Court of Appeal of Louisiana, First Circuit

January 15, 2015

JAUVÉ COLLINS
v.
CINDY VANNY, TRISH FOSTER, WARDEN BURL N. CAIN, JAMES M. LEBLANC, SECRETARY

On Appeal from the 19th Judicial District Court, In and for Parish of East Baton Rouge, State of Louisiana. Trial Court No. C625992. The Honorable Kay Bates, Judge Presiding.

Jauvé Collins, Angola, Louisiana, Plaintiff/Appellant, In Proper Person.

William L. Kline, Baton Rouge, Louisiana, Attorney for Defendant/Appellee, Louisiana Department of Public, Safety and Corrections.

BEFORE: McDONALD, CRAIN, AND HOLDRIDGE,[1] JJ.

OPINION

Page 406

[2014 0675 La.App. 1 Cir. 2] CRAIN, J.

Jauvé Collins, an inmate in the custody of the Louisiana Department of Public Safety and Corrections (DPSC), appeals the dismissal of his petition for judicial review of Disciplinary Board Appeal number LSP-2012-3439. We vacate the judgment of the district court and remand for further proceedings.

PROCEDURAL HISTORY

Collins filed a petition for judicial review in the district court asserting that he utilized DPSC's administrative remedy procedure (ARP) to make a complaint regarding mishandling of his certified mail. The record contains documentation showing that DPSC accepted Collins' complaint numbered LSP-2012-3439, and indicated it would issue a response within forty days. Collins asserts that he received no response from DPSC, and proceeded to second step review. Again receiving no response, Collins filed his petition for judicial review in district court.

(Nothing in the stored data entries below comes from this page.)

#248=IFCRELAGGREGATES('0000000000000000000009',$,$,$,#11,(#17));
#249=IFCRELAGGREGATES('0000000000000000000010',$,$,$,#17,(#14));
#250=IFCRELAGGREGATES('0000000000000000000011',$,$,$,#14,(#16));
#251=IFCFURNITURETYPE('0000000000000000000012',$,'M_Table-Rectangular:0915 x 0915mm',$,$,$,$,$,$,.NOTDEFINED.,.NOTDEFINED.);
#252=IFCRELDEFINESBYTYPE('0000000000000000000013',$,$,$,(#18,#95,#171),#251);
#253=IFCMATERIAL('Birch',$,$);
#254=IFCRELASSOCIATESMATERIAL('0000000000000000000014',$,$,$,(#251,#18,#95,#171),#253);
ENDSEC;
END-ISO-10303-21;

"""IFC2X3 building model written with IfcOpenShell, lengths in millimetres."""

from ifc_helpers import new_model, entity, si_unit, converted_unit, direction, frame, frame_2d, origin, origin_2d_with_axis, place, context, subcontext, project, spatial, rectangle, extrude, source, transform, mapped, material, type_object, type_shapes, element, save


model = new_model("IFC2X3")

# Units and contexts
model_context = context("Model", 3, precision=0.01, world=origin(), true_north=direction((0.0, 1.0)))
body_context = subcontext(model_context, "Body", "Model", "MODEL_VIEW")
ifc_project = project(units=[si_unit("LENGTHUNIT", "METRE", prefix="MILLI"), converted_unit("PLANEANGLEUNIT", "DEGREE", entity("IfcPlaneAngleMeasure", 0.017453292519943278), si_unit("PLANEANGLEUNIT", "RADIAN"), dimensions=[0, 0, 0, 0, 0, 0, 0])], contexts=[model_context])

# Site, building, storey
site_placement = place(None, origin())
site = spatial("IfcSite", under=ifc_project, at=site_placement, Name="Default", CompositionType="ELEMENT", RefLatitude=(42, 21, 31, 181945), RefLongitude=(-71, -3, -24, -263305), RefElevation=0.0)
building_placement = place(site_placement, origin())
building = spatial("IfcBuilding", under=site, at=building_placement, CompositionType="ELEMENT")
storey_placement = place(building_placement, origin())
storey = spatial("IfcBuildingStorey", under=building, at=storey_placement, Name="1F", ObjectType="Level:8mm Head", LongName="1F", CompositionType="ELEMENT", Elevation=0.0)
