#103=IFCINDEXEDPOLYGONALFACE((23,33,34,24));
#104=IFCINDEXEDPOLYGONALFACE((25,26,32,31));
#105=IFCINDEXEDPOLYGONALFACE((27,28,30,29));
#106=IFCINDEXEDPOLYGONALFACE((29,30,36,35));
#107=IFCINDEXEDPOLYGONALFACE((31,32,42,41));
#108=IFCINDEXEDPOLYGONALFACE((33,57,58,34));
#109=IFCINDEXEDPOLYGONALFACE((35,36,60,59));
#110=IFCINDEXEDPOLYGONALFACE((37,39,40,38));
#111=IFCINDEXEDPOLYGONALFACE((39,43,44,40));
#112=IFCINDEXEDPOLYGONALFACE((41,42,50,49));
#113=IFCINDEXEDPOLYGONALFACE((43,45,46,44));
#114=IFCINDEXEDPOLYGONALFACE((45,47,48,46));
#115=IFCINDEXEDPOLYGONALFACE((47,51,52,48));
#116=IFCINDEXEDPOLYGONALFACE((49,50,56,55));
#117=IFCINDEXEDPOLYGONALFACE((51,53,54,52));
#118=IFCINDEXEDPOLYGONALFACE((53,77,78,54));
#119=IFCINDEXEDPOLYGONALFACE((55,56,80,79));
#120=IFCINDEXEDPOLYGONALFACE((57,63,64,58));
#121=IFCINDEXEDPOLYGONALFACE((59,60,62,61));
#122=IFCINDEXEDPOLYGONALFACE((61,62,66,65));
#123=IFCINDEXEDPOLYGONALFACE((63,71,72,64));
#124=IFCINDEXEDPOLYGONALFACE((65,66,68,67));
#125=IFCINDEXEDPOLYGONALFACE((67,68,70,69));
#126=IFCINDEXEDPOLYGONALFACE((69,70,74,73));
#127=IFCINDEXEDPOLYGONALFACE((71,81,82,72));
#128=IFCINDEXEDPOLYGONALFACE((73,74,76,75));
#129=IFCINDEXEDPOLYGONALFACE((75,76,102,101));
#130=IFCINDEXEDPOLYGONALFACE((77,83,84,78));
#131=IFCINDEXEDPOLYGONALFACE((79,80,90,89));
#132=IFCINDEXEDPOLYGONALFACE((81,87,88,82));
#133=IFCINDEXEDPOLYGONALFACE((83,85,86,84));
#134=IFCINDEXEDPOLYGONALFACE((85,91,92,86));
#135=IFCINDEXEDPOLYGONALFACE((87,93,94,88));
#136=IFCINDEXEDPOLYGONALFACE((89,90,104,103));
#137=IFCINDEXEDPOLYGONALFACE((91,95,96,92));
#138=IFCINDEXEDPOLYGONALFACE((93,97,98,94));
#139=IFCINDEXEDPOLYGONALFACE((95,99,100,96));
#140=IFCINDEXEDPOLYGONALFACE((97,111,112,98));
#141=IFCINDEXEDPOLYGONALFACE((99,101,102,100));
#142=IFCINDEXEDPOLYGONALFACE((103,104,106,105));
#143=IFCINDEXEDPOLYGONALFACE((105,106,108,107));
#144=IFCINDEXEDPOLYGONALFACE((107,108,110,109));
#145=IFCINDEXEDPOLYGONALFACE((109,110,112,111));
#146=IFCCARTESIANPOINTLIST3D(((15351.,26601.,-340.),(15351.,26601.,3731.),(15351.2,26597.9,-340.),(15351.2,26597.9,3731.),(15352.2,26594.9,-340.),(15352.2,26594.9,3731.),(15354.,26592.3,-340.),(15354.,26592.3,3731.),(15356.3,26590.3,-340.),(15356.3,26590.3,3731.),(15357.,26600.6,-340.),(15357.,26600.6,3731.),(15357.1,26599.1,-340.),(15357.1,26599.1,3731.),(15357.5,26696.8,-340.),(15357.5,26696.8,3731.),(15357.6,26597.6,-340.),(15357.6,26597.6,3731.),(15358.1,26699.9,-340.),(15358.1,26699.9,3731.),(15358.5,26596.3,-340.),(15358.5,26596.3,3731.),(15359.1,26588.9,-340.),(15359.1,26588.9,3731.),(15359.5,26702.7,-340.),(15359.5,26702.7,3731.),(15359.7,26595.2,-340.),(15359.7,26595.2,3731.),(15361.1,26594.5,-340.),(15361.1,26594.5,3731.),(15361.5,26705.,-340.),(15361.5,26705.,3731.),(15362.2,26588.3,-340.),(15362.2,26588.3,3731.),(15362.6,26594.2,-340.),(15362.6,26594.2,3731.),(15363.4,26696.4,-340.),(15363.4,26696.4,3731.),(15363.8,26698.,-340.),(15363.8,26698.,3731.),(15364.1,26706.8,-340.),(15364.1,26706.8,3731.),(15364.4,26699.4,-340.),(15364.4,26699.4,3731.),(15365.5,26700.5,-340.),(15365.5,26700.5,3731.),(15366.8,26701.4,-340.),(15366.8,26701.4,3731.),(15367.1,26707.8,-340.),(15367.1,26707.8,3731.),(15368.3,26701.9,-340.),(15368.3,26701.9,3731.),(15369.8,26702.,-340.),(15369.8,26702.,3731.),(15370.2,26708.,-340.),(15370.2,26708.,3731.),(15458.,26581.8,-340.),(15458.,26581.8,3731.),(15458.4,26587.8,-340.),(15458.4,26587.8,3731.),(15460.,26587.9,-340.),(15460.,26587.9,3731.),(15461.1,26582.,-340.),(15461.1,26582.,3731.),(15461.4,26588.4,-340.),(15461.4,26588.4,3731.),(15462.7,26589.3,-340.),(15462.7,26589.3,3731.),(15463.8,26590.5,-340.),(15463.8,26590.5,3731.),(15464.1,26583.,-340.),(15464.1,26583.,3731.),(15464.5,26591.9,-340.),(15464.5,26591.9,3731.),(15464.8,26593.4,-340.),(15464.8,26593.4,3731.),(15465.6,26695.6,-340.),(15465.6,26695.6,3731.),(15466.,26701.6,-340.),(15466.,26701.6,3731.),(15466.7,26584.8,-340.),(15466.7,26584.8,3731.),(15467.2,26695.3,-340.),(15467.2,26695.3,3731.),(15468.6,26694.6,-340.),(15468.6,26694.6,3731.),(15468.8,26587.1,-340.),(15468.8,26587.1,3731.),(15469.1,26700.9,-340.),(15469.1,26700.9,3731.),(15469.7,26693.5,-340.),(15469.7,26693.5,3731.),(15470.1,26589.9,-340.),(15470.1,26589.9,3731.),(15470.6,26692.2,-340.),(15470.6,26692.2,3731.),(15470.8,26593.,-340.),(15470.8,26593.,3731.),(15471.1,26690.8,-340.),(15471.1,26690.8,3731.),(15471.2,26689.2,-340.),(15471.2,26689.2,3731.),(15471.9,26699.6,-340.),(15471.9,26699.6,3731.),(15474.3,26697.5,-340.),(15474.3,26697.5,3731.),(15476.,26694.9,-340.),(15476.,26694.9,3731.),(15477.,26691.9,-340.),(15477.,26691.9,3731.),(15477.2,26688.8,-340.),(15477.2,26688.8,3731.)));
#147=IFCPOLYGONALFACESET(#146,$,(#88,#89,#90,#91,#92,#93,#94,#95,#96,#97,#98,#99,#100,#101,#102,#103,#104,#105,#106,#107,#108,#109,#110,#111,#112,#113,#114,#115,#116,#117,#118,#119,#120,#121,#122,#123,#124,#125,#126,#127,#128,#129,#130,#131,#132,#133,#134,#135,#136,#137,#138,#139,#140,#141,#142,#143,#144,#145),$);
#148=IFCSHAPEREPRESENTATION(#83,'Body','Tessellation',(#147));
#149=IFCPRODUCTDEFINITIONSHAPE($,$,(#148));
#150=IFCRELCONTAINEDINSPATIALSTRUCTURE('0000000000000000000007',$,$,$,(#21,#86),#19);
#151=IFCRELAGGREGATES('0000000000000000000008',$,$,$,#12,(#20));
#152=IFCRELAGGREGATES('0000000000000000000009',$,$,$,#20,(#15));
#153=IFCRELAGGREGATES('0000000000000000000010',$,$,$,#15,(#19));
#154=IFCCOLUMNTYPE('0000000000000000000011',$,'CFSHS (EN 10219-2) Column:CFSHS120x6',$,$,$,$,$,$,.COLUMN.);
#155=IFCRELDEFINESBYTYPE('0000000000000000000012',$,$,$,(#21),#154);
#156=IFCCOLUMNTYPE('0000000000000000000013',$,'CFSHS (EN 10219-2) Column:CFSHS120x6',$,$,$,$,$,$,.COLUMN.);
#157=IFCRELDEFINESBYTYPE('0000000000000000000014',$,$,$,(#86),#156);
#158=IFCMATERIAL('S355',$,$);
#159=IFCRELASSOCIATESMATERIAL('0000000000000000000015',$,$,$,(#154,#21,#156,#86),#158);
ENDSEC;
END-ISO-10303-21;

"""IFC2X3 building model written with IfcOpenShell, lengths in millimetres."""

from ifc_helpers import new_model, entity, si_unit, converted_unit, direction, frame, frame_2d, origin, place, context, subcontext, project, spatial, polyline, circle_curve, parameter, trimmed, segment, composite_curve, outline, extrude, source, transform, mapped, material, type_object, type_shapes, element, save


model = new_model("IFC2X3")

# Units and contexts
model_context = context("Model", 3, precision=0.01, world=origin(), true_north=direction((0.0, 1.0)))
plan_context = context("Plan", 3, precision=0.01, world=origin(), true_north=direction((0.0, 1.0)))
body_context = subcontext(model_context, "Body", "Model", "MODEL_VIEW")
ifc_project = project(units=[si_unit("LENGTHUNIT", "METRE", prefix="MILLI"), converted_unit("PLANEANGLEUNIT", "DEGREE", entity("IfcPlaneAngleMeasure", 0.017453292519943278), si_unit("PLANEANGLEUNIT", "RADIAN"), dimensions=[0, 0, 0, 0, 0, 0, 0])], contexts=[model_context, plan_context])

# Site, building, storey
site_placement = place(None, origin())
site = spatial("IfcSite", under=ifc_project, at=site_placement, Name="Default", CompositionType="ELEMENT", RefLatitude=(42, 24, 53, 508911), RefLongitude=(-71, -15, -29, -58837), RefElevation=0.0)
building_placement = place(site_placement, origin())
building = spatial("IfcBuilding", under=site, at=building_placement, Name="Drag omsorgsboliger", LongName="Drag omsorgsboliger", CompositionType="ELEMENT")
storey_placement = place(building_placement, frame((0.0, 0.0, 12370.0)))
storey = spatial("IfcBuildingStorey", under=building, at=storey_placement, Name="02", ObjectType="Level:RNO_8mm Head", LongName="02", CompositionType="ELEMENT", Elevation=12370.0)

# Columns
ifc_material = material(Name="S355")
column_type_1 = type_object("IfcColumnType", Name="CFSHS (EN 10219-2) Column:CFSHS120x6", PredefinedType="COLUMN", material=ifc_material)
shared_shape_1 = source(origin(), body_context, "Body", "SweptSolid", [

Pursuant to Louisiana Revised Statute 15:1178A, the matter was assigned to a Commissioner of the district court for screening. In both an initial and amended screening report, the Commissioner recommended that the suit be dismissed for lack of subject matter jurisdiction because of Collins' failure to exhaust administrative remedies as required by Louisiana Revised Statute 15:1172. The district court adopted the Commissioner's report as its reasons and dismissed the suit without prejudice.[2] Collins now appeals.

DISCUSSION

The Corrections Administrative Remedy Procedure (CARP) set forth in Louisiana Revised Statutes 15:1171-1179 provides that DPSC may adopt an administrative remedy procedure for receiving, hearing, and disposing of any and [2014 0675 La.App. 1 Cir. 3] all complaints and grievances by offenders against the state, the governor, DPSC, or its employees. The adopted procedures are the exclusive remedy for handling the complaints and grievances to which they apply. La. R.S. 15:1171.

The rules and procedures promulgated by DPSC are set forth in Section 325 of Title 22, Part I of the Louisiana Administrative Code. Pursuant to these rules, offenders must exhaust a two-step ARP before they can proceed with a suit in federal or state court. See La. R.S. 15:1176; LAC 22:I.325F(3)(a)(viii); Dickens v. Louisiana Corr. Inst. for Women, 11-0176 (La.App. 1 Cir. 9/14/11), 77 So.3d 70, 74; Edwards v. Bunch. 07-1421 (La.App. 1 Cir. 3/26/08), 985 So.2d 149, 152-53. When an inmate has initiated the first step of an ARP, the warden is required to respond within 40 days from the date the request is received at the first step, using the first step response. LAC 22:I.325J(1)(a)(ii). An inmate who is not satisfied with the warden's first step response may proceed to the second step ARP and appeal to the secretary of DPSC. The final decision of the secretary or ...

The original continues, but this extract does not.